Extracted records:
------------

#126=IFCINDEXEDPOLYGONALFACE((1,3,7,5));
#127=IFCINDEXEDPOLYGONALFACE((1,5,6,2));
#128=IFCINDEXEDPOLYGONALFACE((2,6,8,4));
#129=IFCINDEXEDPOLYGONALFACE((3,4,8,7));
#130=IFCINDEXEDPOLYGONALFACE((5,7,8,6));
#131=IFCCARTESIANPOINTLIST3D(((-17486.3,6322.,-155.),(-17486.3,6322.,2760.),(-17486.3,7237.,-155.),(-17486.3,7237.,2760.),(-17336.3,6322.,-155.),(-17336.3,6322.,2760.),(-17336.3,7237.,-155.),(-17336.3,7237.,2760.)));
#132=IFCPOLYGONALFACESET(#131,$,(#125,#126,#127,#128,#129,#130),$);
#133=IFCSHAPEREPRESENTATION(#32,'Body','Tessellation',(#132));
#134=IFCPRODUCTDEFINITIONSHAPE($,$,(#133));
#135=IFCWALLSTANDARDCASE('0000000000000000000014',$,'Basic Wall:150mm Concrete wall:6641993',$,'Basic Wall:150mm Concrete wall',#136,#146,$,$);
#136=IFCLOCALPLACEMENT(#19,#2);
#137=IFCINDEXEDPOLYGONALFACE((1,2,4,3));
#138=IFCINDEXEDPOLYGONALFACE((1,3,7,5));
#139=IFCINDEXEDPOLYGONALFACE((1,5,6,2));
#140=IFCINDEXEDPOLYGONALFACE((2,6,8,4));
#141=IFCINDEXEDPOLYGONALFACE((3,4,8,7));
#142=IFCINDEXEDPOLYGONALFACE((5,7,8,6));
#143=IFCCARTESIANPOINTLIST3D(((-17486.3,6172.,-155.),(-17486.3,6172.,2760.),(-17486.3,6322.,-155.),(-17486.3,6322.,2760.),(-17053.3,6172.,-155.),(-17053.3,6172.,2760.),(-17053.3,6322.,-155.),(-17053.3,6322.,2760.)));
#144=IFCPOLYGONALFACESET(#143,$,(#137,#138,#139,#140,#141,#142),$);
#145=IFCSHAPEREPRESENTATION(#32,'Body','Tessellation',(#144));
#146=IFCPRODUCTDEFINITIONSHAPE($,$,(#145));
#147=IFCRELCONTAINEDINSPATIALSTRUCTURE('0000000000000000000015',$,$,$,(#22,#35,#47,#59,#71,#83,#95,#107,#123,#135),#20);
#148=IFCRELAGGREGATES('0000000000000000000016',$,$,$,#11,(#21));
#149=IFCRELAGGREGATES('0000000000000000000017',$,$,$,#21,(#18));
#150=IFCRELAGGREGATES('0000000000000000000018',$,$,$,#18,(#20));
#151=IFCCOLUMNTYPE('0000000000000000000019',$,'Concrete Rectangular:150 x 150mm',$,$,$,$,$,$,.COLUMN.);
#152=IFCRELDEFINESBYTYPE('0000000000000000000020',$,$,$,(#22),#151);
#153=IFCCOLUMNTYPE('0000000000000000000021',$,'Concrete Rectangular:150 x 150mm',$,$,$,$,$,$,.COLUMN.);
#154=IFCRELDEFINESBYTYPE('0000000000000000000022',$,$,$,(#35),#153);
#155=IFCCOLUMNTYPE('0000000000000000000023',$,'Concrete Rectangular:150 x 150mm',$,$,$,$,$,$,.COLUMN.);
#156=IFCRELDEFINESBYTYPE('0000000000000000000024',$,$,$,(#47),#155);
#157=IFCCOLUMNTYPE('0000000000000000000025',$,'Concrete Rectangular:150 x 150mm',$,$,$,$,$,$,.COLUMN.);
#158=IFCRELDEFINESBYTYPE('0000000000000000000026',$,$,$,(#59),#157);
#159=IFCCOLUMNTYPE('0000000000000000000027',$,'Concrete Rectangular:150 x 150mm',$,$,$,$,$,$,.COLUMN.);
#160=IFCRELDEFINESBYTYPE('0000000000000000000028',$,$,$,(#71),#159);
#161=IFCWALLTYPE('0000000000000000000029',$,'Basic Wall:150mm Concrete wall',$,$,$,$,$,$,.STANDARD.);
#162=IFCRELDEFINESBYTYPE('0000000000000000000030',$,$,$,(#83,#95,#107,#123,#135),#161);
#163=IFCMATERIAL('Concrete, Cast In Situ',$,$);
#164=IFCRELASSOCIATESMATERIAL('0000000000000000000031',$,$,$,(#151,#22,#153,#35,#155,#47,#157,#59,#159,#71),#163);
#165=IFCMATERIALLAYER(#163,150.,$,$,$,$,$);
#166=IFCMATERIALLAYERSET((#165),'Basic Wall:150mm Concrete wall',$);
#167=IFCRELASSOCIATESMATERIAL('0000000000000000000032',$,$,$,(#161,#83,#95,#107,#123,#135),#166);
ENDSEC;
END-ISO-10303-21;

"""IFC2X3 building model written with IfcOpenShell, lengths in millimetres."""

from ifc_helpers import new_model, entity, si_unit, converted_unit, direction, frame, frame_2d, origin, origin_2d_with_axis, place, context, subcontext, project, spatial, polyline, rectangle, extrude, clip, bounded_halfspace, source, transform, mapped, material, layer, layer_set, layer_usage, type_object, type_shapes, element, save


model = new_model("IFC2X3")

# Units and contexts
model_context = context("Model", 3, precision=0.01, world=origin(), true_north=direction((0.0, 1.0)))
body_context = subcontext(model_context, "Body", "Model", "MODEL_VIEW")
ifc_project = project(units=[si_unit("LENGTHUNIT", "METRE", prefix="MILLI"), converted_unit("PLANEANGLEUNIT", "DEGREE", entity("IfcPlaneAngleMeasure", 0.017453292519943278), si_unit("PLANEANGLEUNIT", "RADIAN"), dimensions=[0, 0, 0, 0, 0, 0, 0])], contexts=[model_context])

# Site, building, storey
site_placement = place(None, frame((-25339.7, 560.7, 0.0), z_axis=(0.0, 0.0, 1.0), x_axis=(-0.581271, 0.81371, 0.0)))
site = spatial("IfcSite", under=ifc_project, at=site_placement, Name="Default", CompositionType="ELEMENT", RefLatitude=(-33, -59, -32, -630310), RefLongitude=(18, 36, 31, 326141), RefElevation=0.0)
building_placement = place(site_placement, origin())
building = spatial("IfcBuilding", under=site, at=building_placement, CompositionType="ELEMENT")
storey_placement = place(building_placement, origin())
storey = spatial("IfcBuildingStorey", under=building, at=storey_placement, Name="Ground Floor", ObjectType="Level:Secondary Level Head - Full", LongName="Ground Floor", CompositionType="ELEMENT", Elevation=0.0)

------------

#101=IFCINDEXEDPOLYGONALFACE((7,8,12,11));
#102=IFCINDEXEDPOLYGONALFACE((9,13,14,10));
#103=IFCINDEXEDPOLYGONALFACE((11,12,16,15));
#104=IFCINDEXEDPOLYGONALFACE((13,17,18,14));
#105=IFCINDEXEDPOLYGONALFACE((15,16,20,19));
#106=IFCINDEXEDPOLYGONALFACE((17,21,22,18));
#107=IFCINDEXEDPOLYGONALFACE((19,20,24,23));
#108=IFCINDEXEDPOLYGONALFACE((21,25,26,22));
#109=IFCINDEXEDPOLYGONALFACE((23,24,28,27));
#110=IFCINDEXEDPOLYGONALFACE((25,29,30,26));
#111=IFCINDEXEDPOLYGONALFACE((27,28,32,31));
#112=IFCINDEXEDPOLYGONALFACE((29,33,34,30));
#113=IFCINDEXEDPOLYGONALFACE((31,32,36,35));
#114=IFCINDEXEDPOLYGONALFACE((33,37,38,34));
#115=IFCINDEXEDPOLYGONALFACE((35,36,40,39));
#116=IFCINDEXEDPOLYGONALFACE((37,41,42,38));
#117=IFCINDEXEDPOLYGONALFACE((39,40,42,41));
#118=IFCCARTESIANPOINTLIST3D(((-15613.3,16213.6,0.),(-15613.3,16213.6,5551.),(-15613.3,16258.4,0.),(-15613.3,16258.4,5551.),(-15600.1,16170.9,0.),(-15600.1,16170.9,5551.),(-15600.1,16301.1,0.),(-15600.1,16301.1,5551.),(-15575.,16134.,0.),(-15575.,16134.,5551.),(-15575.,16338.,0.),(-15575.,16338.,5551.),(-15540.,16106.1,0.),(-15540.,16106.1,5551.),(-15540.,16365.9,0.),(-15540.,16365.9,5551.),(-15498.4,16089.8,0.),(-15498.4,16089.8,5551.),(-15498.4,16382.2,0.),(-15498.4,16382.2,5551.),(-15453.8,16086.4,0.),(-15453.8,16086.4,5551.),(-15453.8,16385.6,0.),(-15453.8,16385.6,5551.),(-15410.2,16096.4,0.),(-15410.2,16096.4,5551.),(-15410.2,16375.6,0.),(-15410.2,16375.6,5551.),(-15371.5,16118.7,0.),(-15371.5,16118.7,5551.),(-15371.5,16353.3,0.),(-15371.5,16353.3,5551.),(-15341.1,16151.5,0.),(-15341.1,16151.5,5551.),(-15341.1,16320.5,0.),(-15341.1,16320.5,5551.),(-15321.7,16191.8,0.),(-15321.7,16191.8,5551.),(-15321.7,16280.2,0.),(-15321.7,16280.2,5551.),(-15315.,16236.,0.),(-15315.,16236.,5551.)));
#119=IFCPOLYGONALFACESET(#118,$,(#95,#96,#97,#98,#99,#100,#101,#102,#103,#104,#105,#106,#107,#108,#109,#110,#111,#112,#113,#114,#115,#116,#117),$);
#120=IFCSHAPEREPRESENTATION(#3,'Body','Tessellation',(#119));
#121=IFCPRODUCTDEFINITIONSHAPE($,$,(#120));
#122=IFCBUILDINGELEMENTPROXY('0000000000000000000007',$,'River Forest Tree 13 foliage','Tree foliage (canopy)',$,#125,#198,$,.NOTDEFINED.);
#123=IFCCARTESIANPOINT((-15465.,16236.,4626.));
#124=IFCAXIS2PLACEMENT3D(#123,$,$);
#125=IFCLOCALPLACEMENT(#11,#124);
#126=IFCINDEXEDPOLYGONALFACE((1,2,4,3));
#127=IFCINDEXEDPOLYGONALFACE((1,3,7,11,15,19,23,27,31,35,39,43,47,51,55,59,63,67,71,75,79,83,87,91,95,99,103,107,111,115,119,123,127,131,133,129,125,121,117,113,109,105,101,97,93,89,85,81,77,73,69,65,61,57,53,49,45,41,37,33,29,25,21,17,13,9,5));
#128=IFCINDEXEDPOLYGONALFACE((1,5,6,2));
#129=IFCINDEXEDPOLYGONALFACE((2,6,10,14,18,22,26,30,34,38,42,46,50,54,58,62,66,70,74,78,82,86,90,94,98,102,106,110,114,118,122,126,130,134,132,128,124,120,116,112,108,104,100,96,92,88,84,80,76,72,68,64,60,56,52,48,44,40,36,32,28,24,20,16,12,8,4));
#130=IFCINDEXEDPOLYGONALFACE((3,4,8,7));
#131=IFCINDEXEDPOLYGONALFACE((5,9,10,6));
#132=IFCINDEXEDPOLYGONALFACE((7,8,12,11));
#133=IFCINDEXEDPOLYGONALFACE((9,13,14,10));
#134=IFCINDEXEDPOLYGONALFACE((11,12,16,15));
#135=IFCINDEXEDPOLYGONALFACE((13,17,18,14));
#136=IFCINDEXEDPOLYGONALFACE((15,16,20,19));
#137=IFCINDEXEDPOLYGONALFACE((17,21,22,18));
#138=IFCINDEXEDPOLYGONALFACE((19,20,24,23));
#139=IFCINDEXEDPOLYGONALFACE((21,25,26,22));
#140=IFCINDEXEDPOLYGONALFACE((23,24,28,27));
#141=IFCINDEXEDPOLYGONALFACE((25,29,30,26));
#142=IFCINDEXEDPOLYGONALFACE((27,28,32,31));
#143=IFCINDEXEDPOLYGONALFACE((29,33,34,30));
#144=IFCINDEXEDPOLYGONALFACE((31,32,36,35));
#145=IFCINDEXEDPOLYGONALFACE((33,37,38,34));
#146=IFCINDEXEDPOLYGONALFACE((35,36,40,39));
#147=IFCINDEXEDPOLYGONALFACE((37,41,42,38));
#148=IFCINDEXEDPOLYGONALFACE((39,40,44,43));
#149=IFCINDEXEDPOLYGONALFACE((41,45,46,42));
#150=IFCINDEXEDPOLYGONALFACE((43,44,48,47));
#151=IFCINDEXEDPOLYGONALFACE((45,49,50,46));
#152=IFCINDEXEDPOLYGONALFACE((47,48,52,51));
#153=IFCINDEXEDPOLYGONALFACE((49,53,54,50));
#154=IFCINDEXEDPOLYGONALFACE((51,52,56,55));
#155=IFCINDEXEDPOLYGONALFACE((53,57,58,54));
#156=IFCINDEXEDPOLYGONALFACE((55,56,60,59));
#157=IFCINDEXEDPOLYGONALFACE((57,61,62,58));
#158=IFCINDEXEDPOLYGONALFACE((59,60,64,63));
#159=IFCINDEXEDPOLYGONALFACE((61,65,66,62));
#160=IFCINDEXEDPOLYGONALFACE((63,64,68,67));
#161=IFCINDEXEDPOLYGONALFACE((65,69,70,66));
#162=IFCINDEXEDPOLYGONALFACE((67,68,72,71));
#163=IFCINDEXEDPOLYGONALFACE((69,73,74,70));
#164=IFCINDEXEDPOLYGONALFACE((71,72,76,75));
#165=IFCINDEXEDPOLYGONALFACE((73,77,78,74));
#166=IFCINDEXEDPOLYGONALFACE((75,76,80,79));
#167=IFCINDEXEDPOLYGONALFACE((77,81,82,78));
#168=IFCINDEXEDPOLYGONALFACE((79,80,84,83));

------------

WHAT THE TASK REQUIRES | Taking the entries above, print exactly the lines starting at the line with "#152=IFCINDEXEDPOLYGONALFACE((47,48,52,51));" and ending at the line with "#168=IFCINDEXEDPOLYGONALFACE((79,80,84,83));", both included.

WRITTEN REPLY |
#152=IFCINDEXEDPOLYGONALFACE((47,48,52,51));
#153=IFCINDEXEDPOLYGONALFACE((49,53,54,50));
#154=IFCINDEXEDPOLYGONALFACE((51,52,56,55));
#155=IFCINDEXEDPOLYGONALFACE((53,57,58,54));
#156=IFCINDEXEDPOLYGONALFACE((55,56,60,59));
#157=IFCINDEXEDPOLYGONALFACE((57,61,62,58));
#158=IFCINDEXEDPOLYGONALFACE((59,60,64,63));
#159=IFCINDEXEDPOLYGONALFACE((61,65,66,62));
#160=IFCINDEXEDPOLYGONALFACE((63,64,68,67));
#161=IFCINDEXEDPOLYGONALFACE((65,69,70,66));
#162=IFCINDEXEDPOLYGONALFACE((67,68,72,71));
#163=IFCINDEXEDPOLYGONALFACE((69,73,74,70));
#164=IFCINDEXEDPOLYGONALFACE((71,72,76,75));
#165=IFCINDEXEDPOLYGONALFACE((73,77,78,74));
#166=IFCINDEXEDPOLYGONALFACE((75,76,80,79));
#167=IFCINDEXEDPOLYGONALFACE((77,81,82,78));
#168=IFCINDEXEDPOLYGONALFACE((79,80,84,83));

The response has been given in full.